I started cooking 12 years ago, and every day has been a new experience. You might not believe it but i was a person who could not fry an egg...but 12 years on..i feel i can take on any challenge.

I'm constantly trying out new recipes and looking for innovative ways to improvise my dishes and make it more easier. The easier the cooking gets and the less time it takes the more time for me to relax with my loved one.
But easy and quick does not mean compromise on taste or the way a dish is presented. I take great pride in decorating my dishes as i am a firm believer of ' The first impression counts'.

I decided to start this blog to help others like me discover that cooking a feast does not require slogging for hours in the kitchen all it requires is the right ingredients, tools and a creative mind and voila! you will have your family and guests begging for second helpings....

My inspiration for cooking has always been my husband...he loves his food..and like the saying goes 'A way to a man's heart is through his stomach'..i can confidently say it's true and it works wonders for a happy relationship...but he is also my best critic and competition.

I've got two little girls both who love to eat, and my eldest always enjoys helping me in the kitchen. I will try to post more kid friendly recipes that can be fun to eat and make together.
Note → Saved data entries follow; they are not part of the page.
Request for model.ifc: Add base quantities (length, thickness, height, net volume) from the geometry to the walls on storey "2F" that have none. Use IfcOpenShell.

First a look at what the model holds.

```python
import ifcopenshell
import ifcopenshell.util.element
import ifcopenshell.util.unit

model = ifcopenshell.open("model.ifc")
print(model.schema)
for unit_type in ("LENGTHUNIT", "AREAUNIT", "VOLUMEUNIT"):
    print(unit_type, ifcopenshell.util.unit.calculate_unit_scale(model, unit_type))
storey = next(s for s in model.by_type("IfcBuildingStorey") if s.Name == "2F")
walls = [e for e in ifcopenshell.util.element.get_decomposition(storey) if e.is_a("IfcWall")]
for e in sorted(walls, key=lambda e: e.id()):
    print(e.id(), e.is_a(), e.Name, list(ifcopenshell.util.element.get_psets(e, qtos_only=True)), sep=" | ")
```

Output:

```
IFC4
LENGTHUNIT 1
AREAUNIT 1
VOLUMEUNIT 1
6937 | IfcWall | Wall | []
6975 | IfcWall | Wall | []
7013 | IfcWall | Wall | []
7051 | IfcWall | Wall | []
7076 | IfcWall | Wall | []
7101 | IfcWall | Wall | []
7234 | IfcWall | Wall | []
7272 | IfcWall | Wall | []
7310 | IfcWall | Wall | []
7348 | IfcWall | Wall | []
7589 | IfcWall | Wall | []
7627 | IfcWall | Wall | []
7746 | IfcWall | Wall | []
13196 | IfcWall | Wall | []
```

```python
import ifcopenshell
import ifcopenshell.api.pset
import ifcopenshell.geom
import ifcopenshell.util.element
import ifcopenshell.util.shape
import ifcopenshell.util.unit

model = ifcopenshell.open("model.ifc")
unit_scale = ifcopenshell.util.unit.calculate_unit_scale(model)
volume_scale = ifcopenshell.util.unit.calculate_unit_scale(model, "VOLUMEUNIT")
settings = ifcopenshell.geom.settings()

storey = next(s for s in model.by_type("IfcBuildingStorey") if s.Name == "2F")
walls = [e for e in ifcopenshell.util.element.get_decomposition(storey) if e.is_a("IfcWall")]

for e in sorted(walls, key=lambda e: e.id()):
    if ifcopenshell.util.element.get_psets(e, qtos_only=True, should_inherit=False):
        continue
    # Geometry comes back in metres, in the element's own axes.
    shape = ifcopenshell.geom.create_shape(settings, e)
    values = {
        "Length": ifcopenshell.util.shape.get_x(shape.geometry) / unit_scale,
        "Width": ifcopenshell.util.shape.get_y(shape.geometry) / unit_scale,
        "Height": ifcopenshell.util.shape.get_z(shape.geometry) / unit_scale,
        "NetVolume": ifcopenshell.util.shape.get_volume(shape.geometry) / volume_scale,
    }
    qto = ifcopenshell.api.pset.add_qto(model, product=e, name="Qto_WallBaseQuantities")
    ifcopenshell.api.pset.edit_qto(model, qto=qto, properties=values)
    print(e.id(), {k: round(v, 3) for k, v in values.items()})

model.write("model_rev.ifc")
```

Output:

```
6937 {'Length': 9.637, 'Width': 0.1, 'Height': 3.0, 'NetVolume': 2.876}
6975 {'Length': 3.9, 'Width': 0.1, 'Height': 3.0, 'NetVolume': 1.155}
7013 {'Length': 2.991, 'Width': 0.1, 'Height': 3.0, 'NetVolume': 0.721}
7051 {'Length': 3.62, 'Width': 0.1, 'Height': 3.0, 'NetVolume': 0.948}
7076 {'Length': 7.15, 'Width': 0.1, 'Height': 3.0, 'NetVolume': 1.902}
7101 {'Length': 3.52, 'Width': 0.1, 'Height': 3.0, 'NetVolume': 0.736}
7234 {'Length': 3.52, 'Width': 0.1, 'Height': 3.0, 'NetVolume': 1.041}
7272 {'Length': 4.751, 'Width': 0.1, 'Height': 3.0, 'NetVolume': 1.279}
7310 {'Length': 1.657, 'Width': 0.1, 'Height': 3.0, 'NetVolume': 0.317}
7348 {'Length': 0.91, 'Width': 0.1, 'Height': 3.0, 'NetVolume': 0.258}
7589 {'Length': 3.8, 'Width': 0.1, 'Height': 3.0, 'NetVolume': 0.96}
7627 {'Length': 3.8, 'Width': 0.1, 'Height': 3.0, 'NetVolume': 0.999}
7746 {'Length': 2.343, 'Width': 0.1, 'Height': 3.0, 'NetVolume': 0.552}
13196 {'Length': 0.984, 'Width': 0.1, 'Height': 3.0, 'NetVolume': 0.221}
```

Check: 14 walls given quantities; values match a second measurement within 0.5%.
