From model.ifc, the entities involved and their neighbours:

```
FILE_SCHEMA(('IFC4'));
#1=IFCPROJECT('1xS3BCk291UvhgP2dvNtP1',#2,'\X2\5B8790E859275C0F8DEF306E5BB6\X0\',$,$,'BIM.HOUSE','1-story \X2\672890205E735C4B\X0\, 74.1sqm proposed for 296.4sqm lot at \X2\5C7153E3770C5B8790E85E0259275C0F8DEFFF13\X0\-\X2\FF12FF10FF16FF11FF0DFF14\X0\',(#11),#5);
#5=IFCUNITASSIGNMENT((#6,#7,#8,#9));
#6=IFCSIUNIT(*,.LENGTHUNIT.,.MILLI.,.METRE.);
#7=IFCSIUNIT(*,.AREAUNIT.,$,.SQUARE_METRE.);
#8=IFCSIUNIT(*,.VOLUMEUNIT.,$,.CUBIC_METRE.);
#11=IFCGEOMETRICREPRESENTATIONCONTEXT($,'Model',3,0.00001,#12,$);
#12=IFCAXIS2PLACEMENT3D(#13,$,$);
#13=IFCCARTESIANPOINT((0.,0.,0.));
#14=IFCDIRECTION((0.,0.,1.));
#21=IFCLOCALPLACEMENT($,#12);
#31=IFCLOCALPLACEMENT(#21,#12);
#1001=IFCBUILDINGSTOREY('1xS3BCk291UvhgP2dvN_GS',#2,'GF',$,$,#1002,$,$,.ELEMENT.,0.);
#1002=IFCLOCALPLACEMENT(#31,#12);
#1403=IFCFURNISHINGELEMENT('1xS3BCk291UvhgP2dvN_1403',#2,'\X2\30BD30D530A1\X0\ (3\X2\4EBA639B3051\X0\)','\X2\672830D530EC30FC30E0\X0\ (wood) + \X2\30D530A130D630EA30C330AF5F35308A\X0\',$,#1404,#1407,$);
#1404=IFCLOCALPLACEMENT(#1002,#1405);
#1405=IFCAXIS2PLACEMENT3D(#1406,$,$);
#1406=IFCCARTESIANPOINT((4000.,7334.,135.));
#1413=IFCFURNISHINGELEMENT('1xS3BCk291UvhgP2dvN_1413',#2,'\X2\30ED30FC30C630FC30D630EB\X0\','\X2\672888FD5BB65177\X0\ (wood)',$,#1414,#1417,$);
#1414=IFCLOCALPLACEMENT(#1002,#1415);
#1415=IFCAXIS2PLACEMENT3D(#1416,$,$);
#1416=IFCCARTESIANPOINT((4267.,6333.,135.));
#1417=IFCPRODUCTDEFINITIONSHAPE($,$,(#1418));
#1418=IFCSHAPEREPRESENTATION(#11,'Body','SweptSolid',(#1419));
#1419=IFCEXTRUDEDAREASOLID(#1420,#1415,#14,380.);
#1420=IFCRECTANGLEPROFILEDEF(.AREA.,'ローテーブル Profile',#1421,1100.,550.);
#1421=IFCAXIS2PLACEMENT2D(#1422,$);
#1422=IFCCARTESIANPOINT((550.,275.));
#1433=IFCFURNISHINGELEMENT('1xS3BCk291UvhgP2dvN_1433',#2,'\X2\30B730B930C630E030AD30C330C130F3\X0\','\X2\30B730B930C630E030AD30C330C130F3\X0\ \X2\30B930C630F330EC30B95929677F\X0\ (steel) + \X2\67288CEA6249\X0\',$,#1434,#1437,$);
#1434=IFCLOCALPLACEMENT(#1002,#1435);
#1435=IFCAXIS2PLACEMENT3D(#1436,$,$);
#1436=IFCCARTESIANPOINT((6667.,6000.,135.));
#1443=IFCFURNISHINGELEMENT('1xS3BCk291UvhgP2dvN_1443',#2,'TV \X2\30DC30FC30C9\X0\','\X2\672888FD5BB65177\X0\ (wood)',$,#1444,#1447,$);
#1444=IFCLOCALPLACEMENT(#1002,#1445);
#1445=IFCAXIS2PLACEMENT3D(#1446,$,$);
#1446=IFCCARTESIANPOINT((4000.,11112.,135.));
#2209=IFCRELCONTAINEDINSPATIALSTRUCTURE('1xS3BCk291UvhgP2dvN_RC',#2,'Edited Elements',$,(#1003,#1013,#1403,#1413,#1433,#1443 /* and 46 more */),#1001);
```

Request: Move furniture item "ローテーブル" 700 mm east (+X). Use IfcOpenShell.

```python
import ifcopenshell
import ifcopenshell.api.geometry
import ifcopenshell.util.placement
import ifcopenshell.util.unit

model = ifcopenshell.open("model.ifc")
unit_scale = ifcopenshell.util.unit.calculate_unit_scale(model)

item = model.by_id(1413)
matrix = ifcopenshell.util.placement.get_local_placement(item.ObjectPlacement)
matrix[0, 3] += 0.7 / unit_scale
ifcopenshell.api.geometry.edit_object_placement(model, product=item, matrix=matrix, is_si=False)

print(ifcopenshell.util.placement.get_local_placement(item.ObjectPlacement).round(3) + 0.0)

model.write("model-out.ifc")
```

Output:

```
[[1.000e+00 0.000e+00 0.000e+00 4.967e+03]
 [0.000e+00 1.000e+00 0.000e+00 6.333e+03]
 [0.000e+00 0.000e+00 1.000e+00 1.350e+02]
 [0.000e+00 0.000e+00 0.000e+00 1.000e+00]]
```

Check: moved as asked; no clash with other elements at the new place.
Hope you enjoy this blog and find it useful...please do feel free to leave any feedback or comments...remember there's always room for improvement!!!

Sunday 7 June 2020

Pimm’s cupcakes

This was fun to make and tasted lovely.. the colours are vibrant and remind you of summer...



Ingredients
For the cupcakes:
  • 150g self-raising flour
  • ½ tsp baking powder
  • zest of 1 small orange
  • 175g soft unsalted butter, cut into small pieces
  • 175g caster sugar
  • 3 medium eggs, lightly beaten
  • 12 strawberries, hulled             


For the Pimm's syrup:

  • 150ml Pimm's
  • 50g caster sugar

For the Pimm's buttercream:
  • 250g unsalted butter, softened
  • 50ml semi-skimmed milk, at room temperature
  • 2 tbsp Pimm's
  • 350g icing sugar

To decorate:
  • a few mint leaves
  • thin slices of orange, cut into quarters
  • thin slices of lemon, cut into quarters
  • 6 strawberries, sliced in half
  • 12 blackberries 
  • Straws 

Method: 

  • Preheat the oven to 180°C. Line a 12-hole cupcake tray with cupcake cases.
  • Sieve the flour and baking powder into a large bowl. Stir in the orange zest.
  • In a separate bowl, using an electric whisk, cream the soft butter and caster sugar together until light and fluffy. Alternately whisk in the beaten eggs and the flour mixture until combined. 
  • Divide the mixture evenly among the cupcake cases. 
  • Insert a whole strawberry into each cupcake 
  • Bake in the oven for 25 minutes.
  • While the cupcakes are baking, make the syrup. Gently heat the Pimm's with the sugar in a medium saucepan, stirring until the sugar has dissolved. Increase the heat and let it bubble for 5-7 minutes until thick and syrupy. Pour the syrup into a small jug.
  • As soon as the cupcakes come out of the oven, prick the tops a few times with a toothpick and brush them with the Pimm's syrup. Leave to cool in the tray for 10 minutes, then transfer to a wire rack and leave to cool completely.
  • While the cupcakes are cooling, make the buttercream. Using an electric whisk, mix together the butter, milk and Pimm's in a medium bowl until smooth. On a low speed, gradually add the icing sugar and continue to beat until smooth and thick. Transfer to a piping bag fitted with a 1cm star nozzle.
  • Once the cupcakes are completely cool, generously pipe each one with the icing, then decorate with sliced strawberries, orange slices, lemon , blackberries and the baby mint leaves.